Why does this question matter?

Nature rarely deals in absolutes. A relationship that looks like cooperation from one angle can look like exploitation from another, and whether a symbiont is friend or foe often hinges on who else is in the room. This deceptively simple idea, that the net effect of one organism on another is shaped by the presence of a third, sits at the heart of ecological theory, yet empirical tests of it in real, multi-species systems remain surprisingly scarce (Rogalski et al. 2021; Sun & Kilner 2020).

We study burying beetles (Nicrophorus nepalensis), a charismatic insect that buries the carcasses of small vertebrates and raises their young on them, displaying a level of parental care unusual for insects. But they don't do this alone. Hitchhiking on their bodies are two uninvited guests: phoretic mites (Poecilochirus carabi), clinging to the beetles' cuticles, and parasitic nematodes (Rhomborhabditis regina), hidden deep within the beetles' genitals and intestines (Fig 1). Our question was simple to ask but fiendishly difficult to answer: do these three-way interactions shift the mites from parasites to mutualists, or back again, depending on the ecological context?

The black box problem: building an experiment from scratch

Here is something that textbooks don't tell you: knowing that an association exists is very different from being able to study it experimentally. Mite-beetle associations had been documented for decades (Pukowski 1933). Nematode-beetle associations had been noted too (Wang & Rozen 2019). But empirically dissecting the three-way interaction among mites, nematodes, and bacteria simultaneously in a controlled breeding setting had essentially never been done. We were stepping into a black box (Fig 2).

What followed was months of trial and error. How many mites per beetle is ecologically realistic? How do you standardise nematode inoculation doses across hundreds of breeding trials? Every methodological decision cascaded into new complications, and the system had no established playbook. Looking back, we think of those early months as the hidden cost of working on a genuinely understudied system: the price of novelty is uncertainty, and uncertainty is expensive in time.

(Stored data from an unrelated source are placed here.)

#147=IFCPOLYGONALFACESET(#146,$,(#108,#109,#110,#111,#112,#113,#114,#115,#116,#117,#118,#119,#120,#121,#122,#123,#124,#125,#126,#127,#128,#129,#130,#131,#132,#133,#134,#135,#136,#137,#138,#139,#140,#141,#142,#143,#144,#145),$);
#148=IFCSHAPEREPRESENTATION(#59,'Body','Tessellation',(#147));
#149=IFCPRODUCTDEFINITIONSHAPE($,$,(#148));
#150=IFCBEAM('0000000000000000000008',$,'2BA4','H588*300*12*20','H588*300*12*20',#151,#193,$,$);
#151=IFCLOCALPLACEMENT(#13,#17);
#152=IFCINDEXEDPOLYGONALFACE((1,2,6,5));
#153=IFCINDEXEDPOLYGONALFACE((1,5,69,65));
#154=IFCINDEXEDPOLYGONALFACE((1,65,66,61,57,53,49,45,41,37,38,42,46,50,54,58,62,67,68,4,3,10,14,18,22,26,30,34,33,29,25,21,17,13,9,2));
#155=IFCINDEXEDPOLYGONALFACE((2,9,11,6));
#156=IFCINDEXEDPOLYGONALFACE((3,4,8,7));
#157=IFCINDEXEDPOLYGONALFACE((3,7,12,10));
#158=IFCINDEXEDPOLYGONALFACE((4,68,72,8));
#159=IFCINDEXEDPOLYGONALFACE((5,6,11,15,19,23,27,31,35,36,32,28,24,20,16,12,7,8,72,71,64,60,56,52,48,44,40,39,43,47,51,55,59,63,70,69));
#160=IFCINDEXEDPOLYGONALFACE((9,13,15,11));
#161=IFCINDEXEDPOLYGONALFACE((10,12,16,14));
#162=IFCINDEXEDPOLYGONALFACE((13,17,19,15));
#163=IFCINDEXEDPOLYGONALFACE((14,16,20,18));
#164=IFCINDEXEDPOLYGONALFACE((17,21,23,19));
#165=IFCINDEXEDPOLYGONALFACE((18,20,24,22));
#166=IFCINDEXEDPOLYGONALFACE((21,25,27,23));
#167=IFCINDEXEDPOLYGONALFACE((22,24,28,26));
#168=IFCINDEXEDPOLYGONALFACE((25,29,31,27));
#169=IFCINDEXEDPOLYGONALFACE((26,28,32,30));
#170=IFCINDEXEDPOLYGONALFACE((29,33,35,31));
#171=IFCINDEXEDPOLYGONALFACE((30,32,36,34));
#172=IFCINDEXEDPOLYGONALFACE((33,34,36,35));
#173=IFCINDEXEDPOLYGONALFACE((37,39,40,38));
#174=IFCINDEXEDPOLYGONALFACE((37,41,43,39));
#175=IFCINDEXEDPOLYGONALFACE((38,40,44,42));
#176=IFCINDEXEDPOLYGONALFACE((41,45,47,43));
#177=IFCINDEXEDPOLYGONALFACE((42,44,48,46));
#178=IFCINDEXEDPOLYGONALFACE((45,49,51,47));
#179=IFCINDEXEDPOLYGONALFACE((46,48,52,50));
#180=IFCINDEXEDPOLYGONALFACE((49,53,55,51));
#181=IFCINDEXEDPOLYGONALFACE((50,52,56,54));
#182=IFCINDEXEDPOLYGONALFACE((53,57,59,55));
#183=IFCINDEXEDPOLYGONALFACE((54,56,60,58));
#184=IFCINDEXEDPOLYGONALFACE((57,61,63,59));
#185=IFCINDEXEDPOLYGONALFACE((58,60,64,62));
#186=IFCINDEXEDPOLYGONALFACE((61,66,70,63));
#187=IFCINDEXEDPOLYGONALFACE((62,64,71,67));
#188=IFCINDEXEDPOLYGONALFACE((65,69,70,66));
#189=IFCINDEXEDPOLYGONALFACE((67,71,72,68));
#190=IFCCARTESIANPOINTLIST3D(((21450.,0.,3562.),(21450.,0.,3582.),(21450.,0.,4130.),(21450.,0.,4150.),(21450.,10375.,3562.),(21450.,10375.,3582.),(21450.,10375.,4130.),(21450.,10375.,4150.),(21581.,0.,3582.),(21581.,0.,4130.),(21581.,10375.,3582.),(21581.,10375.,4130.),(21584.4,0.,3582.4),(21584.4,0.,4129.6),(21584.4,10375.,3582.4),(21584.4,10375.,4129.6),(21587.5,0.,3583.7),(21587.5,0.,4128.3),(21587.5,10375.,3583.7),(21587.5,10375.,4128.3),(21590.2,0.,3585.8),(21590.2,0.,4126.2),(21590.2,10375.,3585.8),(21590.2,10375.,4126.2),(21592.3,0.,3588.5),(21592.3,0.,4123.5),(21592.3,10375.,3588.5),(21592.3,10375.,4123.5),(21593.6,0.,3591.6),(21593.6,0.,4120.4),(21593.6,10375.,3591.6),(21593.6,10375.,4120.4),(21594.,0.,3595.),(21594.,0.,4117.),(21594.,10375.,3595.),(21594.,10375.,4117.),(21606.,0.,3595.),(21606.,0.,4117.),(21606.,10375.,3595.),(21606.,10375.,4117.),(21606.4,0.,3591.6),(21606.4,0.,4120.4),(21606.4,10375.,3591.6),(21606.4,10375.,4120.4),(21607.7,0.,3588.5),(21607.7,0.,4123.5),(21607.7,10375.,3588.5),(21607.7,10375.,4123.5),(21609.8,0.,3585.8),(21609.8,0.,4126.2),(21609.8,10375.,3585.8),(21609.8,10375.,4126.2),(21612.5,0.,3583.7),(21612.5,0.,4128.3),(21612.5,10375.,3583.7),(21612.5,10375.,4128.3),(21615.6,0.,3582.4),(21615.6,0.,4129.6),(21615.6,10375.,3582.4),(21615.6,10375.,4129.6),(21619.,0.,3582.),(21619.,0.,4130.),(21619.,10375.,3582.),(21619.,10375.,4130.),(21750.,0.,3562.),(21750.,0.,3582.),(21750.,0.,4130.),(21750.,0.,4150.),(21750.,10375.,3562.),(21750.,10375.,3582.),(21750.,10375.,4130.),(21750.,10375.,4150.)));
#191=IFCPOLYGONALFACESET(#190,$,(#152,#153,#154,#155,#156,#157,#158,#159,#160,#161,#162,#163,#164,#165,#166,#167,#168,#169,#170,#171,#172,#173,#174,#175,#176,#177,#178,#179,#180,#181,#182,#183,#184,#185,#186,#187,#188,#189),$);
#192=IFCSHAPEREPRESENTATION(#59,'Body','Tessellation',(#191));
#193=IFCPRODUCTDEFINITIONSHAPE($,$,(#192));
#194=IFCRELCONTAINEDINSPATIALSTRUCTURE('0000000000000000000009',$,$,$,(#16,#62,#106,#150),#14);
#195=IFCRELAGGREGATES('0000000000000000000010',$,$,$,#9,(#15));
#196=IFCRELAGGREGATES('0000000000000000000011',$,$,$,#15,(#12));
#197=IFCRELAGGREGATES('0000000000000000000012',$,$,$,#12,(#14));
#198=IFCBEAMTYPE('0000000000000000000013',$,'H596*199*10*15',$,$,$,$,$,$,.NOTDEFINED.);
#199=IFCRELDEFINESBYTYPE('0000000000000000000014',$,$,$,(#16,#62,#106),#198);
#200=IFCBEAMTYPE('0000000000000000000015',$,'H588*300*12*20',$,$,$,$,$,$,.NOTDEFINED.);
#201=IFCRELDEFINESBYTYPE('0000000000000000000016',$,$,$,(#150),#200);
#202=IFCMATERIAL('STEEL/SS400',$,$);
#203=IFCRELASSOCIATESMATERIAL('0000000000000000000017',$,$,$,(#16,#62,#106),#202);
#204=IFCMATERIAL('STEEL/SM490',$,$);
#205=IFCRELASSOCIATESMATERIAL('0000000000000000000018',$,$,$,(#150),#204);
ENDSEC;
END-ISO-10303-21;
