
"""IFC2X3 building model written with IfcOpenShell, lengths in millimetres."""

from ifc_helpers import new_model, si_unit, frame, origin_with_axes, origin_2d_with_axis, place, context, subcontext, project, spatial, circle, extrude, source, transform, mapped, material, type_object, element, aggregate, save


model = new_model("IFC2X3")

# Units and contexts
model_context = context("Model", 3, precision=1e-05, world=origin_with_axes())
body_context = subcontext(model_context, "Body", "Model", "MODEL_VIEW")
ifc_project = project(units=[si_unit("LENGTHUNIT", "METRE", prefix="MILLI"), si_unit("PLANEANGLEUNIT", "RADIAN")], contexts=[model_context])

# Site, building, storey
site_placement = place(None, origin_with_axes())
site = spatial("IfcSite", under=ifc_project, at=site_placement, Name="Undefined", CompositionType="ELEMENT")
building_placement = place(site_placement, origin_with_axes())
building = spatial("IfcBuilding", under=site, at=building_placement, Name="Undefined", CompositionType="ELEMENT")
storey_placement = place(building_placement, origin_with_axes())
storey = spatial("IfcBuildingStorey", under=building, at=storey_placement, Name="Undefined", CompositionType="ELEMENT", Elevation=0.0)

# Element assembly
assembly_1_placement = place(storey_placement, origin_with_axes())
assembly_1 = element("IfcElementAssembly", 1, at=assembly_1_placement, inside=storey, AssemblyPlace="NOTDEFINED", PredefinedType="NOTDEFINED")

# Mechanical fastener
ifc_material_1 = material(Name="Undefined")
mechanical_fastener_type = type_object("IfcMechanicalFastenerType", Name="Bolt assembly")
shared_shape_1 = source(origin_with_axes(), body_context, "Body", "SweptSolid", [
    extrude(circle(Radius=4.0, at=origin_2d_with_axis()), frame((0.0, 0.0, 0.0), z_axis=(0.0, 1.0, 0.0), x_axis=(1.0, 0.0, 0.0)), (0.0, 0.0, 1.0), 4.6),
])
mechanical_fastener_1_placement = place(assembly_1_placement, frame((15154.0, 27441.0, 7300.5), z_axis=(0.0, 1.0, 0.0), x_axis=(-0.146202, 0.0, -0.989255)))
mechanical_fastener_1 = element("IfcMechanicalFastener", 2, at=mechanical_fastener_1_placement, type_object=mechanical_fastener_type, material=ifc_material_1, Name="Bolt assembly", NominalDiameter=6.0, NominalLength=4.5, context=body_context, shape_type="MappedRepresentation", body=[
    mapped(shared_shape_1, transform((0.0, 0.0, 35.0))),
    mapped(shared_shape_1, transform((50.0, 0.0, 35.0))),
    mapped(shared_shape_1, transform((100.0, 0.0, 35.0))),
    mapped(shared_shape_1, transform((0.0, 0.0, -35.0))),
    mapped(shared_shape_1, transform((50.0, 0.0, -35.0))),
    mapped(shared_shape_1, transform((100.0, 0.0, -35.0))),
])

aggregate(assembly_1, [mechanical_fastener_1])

Perhaps the most formidable challenge was creating a truly nematode-free beetle colony. In wild populations, essentially almost all beetles carry nematodes; they are transmitted both from parent to offspring on the carcass, and vertically through the cuticle during pupation and adult emergence. To establish a clean baseline, we had to surface-sterilise beetle eggs using an antimicrobial solution. This was a painstaking process that needed to be done egg by egg, under a dissecting microscope, at precisely the right developmental window. Even then, the work wasn't done: because the parent beetles themselves harbour nematodes, we had to raise the first generation of larvae without parental care, allowing them to feed independently on the prepared carcass to prevent re-contamination of our sterilised cohort. Anyone who has worked with burying beetles knows that separating larvae from their attentive parents goes against everything about their biology (Jarrett et al. 2018). Getting those larvae to survive and thrive without parental provisioning required yet more troubleshooting. It is the kind of challenge that never makes it into the methods section, but that quietly defines whether a project lives or dies.

What we found — and what surprised us

Once the system was running, the results were worth the effort. We manipulated nematode densities (zero, low, and high) and mite presence across hundreds of beetle breeding trials, and the pattern that emerged was striking in its context-dependence.

At high nematode densities, beetle offspring survival dropped sharply (from around 96% down to 78%) in the absence of mites. But introduce mites, and that survival penalty largely disappeared. The mites were actively preying on nematodes (we confirmed this in separate feeding assays), suppressing their transmission to beetle offspring, and in doing so, rescuing host fitness. A classic case of enemy-of-my-enemy-is-my-friend.

But here is the twist: remove the nematodes entirely, and the mites become the problem. Without nematodes to prey on, mite presence was itself associated with reduced offspring survival. The very same organism was mutualist in one context and parasite in another, with the tipping point determined by nematode density.

We also discovered something unexpected about the carcass microbiome. Both mites and nematodes, individually, reduced culturable bacterial loads, but it was their combined presence that produced the most dramatic shift in bacterial community composition. The carrion environment was being restructured by the interplay of all three partners simultaneously, suggesting that the microbial dimension of this system is both important and largely unexplored.

What this means — and where we go next

The broader implication of our work is that phoretic associations — long assumed to be essentially commensal, a free ride with no strings attached — may routinely act as hidden drivers of host fitness through indirect, density-dependent pathways. The mites are not just passengers; they are active participants in a three-way negotiation whose outcome depends on who else is at the table.

For future research, we are eager to understand the microbiome side more deeply. Which bacterial taxa are being suppressed by mites and nematodes, and does this translate into measurable differences in larval nutrition and immune function?

Science, like symbiosis, is rarely a simple story of friend or foe. The most interesting answers tend to live in the space between: contingent, context-dependent, and always shaped by who else is in the room.